**RECORDS SHOWN**
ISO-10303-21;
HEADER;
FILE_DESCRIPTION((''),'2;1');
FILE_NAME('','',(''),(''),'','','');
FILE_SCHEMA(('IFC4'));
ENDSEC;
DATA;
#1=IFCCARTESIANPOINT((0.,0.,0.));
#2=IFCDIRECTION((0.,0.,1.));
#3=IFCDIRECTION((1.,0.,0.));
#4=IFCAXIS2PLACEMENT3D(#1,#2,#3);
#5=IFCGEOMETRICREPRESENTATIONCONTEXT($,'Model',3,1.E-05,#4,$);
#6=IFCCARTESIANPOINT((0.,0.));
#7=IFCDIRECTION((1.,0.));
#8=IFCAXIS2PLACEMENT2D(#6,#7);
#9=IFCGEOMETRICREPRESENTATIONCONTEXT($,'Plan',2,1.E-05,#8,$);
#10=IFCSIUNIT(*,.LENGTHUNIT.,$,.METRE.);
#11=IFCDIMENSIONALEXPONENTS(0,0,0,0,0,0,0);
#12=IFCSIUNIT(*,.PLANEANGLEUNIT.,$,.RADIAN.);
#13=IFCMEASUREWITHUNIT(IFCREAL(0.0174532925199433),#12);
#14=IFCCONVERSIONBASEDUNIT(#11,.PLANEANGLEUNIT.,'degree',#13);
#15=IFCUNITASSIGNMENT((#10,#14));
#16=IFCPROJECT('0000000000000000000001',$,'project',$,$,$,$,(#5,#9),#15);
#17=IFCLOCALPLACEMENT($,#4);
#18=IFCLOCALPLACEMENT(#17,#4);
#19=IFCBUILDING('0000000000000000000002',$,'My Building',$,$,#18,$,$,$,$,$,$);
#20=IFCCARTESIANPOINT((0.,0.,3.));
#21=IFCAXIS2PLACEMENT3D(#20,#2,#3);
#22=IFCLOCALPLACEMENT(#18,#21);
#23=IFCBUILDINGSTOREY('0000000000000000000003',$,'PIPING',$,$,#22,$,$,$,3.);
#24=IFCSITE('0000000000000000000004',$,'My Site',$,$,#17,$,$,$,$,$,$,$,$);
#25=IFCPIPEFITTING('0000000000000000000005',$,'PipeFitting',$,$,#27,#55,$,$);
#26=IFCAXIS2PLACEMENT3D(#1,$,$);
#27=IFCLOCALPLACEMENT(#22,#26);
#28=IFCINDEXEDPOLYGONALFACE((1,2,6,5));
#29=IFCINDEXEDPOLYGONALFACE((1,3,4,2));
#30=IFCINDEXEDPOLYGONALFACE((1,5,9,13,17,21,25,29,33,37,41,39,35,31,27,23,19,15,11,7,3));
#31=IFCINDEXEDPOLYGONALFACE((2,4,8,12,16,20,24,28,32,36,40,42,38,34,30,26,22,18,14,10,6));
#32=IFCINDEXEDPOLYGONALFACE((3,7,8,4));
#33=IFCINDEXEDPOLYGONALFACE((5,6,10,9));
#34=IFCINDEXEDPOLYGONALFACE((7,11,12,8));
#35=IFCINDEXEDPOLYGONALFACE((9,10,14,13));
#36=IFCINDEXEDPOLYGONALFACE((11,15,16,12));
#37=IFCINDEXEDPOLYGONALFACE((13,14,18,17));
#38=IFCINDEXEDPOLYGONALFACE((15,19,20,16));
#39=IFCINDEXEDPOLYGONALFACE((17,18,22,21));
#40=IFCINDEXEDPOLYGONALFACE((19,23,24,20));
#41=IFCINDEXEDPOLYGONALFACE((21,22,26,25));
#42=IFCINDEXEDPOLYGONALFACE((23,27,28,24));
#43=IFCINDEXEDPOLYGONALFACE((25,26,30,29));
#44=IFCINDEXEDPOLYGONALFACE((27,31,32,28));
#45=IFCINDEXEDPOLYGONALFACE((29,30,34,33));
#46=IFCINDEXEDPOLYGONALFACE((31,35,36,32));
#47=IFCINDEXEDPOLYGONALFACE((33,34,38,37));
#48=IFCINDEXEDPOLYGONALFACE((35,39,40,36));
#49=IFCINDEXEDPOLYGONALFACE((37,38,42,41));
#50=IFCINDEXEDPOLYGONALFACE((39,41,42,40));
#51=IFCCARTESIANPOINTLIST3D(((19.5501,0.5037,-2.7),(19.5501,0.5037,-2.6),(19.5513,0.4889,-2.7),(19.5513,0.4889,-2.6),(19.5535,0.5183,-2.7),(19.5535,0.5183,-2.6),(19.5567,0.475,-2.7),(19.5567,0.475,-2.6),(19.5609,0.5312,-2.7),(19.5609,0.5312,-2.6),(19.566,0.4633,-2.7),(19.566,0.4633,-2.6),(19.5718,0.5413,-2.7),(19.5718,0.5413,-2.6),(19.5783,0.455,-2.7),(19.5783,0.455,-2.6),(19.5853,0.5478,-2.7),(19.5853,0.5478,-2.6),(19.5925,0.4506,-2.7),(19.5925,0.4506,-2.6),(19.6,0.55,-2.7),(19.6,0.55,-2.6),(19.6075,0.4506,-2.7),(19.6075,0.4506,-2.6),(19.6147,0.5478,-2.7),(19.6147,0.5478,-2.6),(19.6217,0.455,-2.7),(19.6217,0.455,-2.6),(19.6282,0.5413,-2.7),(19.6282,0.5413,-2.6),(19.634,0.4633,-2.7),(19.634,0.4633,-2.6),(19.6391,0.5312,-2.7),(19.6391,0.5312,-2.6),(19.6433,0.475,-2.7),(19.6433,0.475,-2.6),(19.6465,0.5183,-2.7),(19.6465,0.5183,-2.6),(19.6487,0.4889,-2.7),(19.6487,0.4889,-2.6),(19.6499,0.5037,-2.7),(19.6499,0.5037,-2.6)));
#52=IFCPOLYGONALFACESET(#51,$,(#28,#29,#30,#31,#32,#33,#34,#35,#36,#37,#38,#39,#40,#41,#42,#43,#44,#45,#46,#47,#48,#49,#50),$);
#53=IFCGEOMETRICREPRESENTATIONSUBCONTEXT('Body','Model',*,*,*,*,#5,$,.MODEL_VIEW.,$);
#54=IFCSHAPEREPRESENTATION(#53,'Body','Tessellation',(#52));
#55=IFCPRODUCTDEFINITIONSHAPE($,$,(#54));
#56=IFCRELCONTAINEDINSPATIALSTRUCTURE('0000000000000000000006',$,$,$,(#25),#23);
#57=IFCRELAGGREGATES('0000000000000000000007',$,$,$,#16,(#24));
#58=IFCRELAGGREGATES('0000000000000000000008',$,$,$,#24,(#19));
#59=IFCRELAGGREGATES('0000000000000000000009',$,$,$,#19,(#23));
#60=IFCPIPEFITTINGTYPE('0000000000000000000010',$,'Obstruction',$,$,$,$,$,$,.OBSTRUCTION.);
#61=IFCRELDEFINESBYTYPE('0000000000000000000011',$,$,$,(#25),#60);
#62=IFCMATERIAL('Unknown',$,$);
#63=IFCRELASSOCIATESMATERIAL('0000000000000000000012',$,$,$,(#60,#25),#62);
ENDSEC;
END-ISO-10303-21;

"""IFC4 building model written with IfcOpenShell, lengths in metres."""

from ifc_helpers import new_model, entity, si_unit, converted_unit, frame, origin_with_axes, origin_2d_with_axis, place, context, subcontext, project, spatial, circle, extrude, material, material_profile, profile_set, profile_usage, type_object, element, save


model = new_model("IFC4")

# Units and contexts
model_context = context("Model", 3, precision=1e-05, world=origin_with_axes())
plan_context = context("Plan", 2, precision=1e-05, world=origin_2d_with_axis())
body_context = subcontext(model_context, "Body", "Model", "MODEL_VIEW")
ifc_project = project(units=[si_unit("LENGTHUNIT", "METRE"), converted_unit("PLANEANGLEUNIT", "degree", entity("IfcReal", 0.0174532925199433), si_unit("PLANEANGLEUNIT", "RADIAN"), dimensions=[0, 0, 0, 0, 0, 0, 0])], contexts=[model_context, plan_context])

# Site, building, storey
site_placement = place(None, origin_with_axes())
site = spatial("IfcSite", under=ifc_project, at=site_placement, Name="My Site")
building_placement = place(site_placement, origin_with_axes())
building = spatial("IfcBuilding", under=site, at=building_placement, Name="My Building")
storey_placement = place(building_placement, frame((0.0, 0.0, 3.0), z_axis=(0.0, 0.0, 1.0), x_axis=(1.0, 0.0, 0.0)))
storey = spatial("IfcBuildingStorey", under=building, at=storey_placement, Name="PIPING", Elevation=3.0)

# Shared definitions
ifc_material = material(Name="Unknown")

# Pipe fitting
ifc_material_profile_1 = material_profile(ifc_material, circle(Radius=0.05))
ifc_profile_set_1 = profile_set([ifc_material_profile_1])
pipe_fitting_type = type_object("IfcPipeFittingType", Name="Obstruction", PredefinedType="OBSTRUCTION", material=ifc_profile_set_1)
ifc_profile_usage_1 = profile_usage(ifc_profile_set_1, cardinal=5)
pipe_fitting_1_placement = place(storey_placement, frame((19.6, 0.5, -2.6), z_axis=(0.0, 0.0, -1.0), x_axis=(0.0, 1.0, 0.0)))
element("IfcPipeFitting", 1, at=pipe_fitting_1_placement, inside=storey, type_object=pipe_fitting_type, material=ifc_profile_usage_1, Name="PipeFitting", context=body_context, shape_type="SweptSolid", body=[
    extrude(circle(Radius=0.05), origin_with_axes(), (0.0, 0.0, 1.0), 0.1),
])

save(model, "model.ifc")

**WHAT THE TASK REQUIRES**
Print, exactly as written, the first line of the records above and each line after it until the line with "#13=IFCMEASUREWITHUNIT(IFCREAL(0.0174532925199433),#12);", which is printed too.

**EXERCISE SOLUTION**
ISO-10303-21;
HEADER;
FILE_DESCRIPTION((''),'2;1');
FILE_NAME('','',(''),(''),'','','');
FILE_SCHEMA(('IFC4'));
ENDSEC;
DATA;
#1=IFCCARTESIANPOINT((0.,0.,0.));
#2=IFCDIRECTION((0.,0.,1.));
#3=IFCDIRECTION((1.,0.,0.));
#4=IFCAXIS2PLACEMENT3D(#1,#2,#3);
#5=IFCGEOMETRICREPRESENTATIONCONTEXT($,'Model',3,1.E-05,#4,$);
#6=IFCCARTESIANPOINT((0.,0.));
#7=IFCDIRECTION((1.,0.));
#8=IFCAXIS2PLACEMENT2D(#6,#7);
#9=IFCGEOMETRICREPRESENTATIONCONTEXT($,'Plan',2,1.E-05,#8,$);
#10=IFCSIUNIT(*,.LENGTHUNIT.,$,.METRE.);
#11=IFCDIMENSIONALEXPONENTS(0,0,0,0,0,0,0);
#12=IFCSIUNIT(*,.PLANEANGLEUNIT.,$,.RADIAN.);
#13=IFCMEASUREWITHUNIT(IFCREAL(0.0174532925199433),#12);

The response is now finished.